- DIRECTIONS FOR THIS TASK:
In full and without deviation, write out the entries that follow.

*** Opening SOURCE INFORMATION ***

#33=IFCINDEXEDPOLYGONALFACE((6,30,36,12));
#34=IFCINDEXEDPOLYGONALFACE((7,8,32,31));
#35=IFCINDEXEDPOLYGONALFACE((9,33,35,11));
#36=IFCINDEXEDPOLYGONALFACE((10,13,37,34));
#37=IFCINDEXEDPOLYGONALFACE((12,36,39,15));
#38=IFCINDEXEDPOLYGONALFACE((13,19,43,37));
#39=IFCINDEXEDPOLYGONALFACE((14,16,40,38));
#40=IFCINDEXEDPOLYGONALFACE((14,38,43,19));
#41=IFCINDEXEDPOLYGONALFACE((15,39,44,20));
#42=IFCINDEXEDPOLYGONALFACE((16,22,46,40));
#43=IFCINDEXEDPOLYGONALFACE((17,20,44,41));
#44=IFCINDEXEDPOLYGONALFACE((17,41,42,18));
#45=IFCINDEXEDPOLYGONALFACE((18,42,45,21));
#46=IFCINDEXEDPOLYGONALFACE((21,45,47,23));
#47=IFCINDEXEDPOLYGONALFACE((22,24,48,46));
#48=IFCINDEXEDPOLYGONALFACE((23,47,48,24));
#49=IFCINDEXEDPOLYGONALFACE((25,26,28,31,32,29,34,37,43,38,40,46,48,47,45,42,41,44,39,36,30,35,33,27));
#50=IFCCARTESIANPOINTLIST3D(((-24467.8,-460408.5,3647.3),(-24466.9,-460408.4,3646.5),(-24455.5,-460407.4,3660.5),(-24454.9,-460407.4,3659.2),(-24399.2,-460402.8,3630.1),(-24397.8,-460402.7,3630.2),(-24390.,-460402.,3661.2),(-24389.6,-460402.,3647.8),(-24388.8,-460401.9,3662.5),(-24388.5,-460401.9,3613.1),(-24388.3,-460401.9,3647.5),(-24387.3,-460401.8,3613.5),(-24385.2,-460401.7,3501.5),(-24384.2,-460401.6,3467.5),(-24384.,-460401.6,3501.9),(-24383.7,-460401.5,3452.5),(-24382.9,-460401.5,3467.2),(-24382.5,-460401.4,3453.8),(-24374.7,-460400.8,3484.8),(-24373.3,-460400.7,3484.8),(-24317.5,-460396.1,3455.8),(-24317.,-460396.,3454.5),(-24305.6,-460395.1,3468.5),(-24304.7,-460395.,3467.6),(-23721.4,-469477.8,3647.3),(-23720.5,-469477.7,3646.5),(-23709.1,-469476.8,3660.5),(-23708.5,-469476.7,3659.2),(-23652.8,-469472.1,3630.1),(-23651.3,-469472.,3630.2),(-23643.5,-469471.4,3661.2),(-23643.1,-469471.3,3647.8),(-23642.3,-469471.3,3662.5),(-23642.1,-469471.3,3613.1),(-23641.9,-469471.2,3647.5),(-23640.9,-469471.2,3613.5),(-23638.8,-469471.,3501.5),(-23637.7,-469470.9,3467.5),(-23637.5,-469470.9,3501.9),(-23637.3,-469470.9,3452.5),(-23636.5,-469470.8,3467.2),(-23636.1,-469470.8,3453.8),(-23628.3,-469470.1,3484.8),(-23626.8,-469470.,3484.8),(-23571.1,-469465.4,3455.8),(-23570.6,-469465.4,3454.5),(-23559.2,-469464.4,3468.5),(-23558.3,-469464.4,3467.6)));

*** Closing SOURCE INFORMATION ***

- YOUR SOLUTION:
#33=IFCINDEXEDPOLYGONALFACE((6,30,36,12));
#34=IFCINDEXEDPOLYGONALFACE((7,8,32,31));
#35=IFCINDEXEDPOLYGONALFACE((9,33,35,11));
#36=IFCINDEXEDPOLYGONALFACE((10,13,37,34));
#37=IFCINDEXEDPOLYGONALFACE((12,36,39,15));
#38=IFCINDEXEDPOLYGONALFACE((13,19,43,37));
#39=IFCINDEXEDPOLYGONALFACE((14,16,40,38));
#40=IFCINDEXEDPOLYGONALFACE((14,38,43,19));
#41=IFCINDEXEDPOLYGONALFACE((15,39,44,20));
#42=IFCINDEXEDPOLYGONALFACE((16,22,46,40));
#43=IFCINDEXEDPOLYGONALFACE((17,20,44,41));
#44=IFCINDEXEDPOLYGONALFACE((17,41,42,18));
#45=IFCINDEXEDPOLYGONALFACE((18,42,45,21));
#46=IFCINDEXEDPOLYGONALFACE((21,45,47,23));
#47=IFCINDEXEDPOLYGONALFACE((22,24,48,46));
#48=IFCINDEXEDPOLYGONALFACE((23,47,48,24));
#49=IFCINDEXEDPOLYGONALFACE((25,26,28,31,32,29,34,37,43,38,40,46,48,47,45,42,41,44,39,36,30,35,33,27));
#50=IFCCARTESIANPOINTLIST3D(((-24467.8,-460408.5,3647.3),(-24466.9,-460408.4,3646.5),(-24455.5,-460407.4,3660.5),(-24454.9,-460407.4,3659.2),(-24399.2,-460402.8,3630.1),(-24397.8,-460402.7,3630.2),(-24390.,-460402.,3661.2),(-24389.6,-460402.,3647.8),(-24388.8,-460401.9,3662.5),(-24388.5,-460401.9,3613.1),(-24388.3,-460401.9,3647.5),(-24387.3,-460401.8,3613.5),(-24385.2,-460401.7,3501.5),(-24384.2,-460401.6,3467.5),(-24384.,-460401.6,3501.9),(-24383.7,-460401.5,3452.5),(-24382.9,-460401.5,3467.2),(-24382.5,-460401.4,3453.8),(-24374.7,-460400.8,3484.8),(-24373.3,-460400.7,3484.8),(-24317.5,-460396.1,3455.8),(-24317.,-460396.,3454.5),(-24305.6,-460395.1,3468.5),(-24304.7,-460395.,3467.6),(-23721.4,-469477.8,3647.3),(-23720.5,-469477.7,3646.5),(-23709.1,-469476.8,3660.5),(-23708.5,-469476.7,3659.2),(-23652.8,-469472.1,3630.1),(-23651.3,-469472.,3630.2),(-23643.5,-469471.4,3661.2),(-23643.1,-469471.3,3647.8),(-23642.3,-469471.3,3662.5),(-23642.1,-469471.3,3613.1),(-23641.9,-469471.2,3647.5),(-23640.9,-469471.2,3613.5),(-23638.8,-469471.,3501.5),(-23637.7,-469470.9,3467.5),(-23637.5,-469470.9,3501.9),(-23637.3,-469470.9,3452.5),(-23636.5,-469470.8,3467.2),(-23636.1,-469470.8,3453.8),(-23628.3,-469470.1,3484.8),(-23626.8,-469470.,3484.8),(-23571.1,-469465.4,3455.8),(-23570.6,-469465.4,3454.5),(-23559.2,-469464.4,3468.5),(-23558.3,-469464.4,3467.6)));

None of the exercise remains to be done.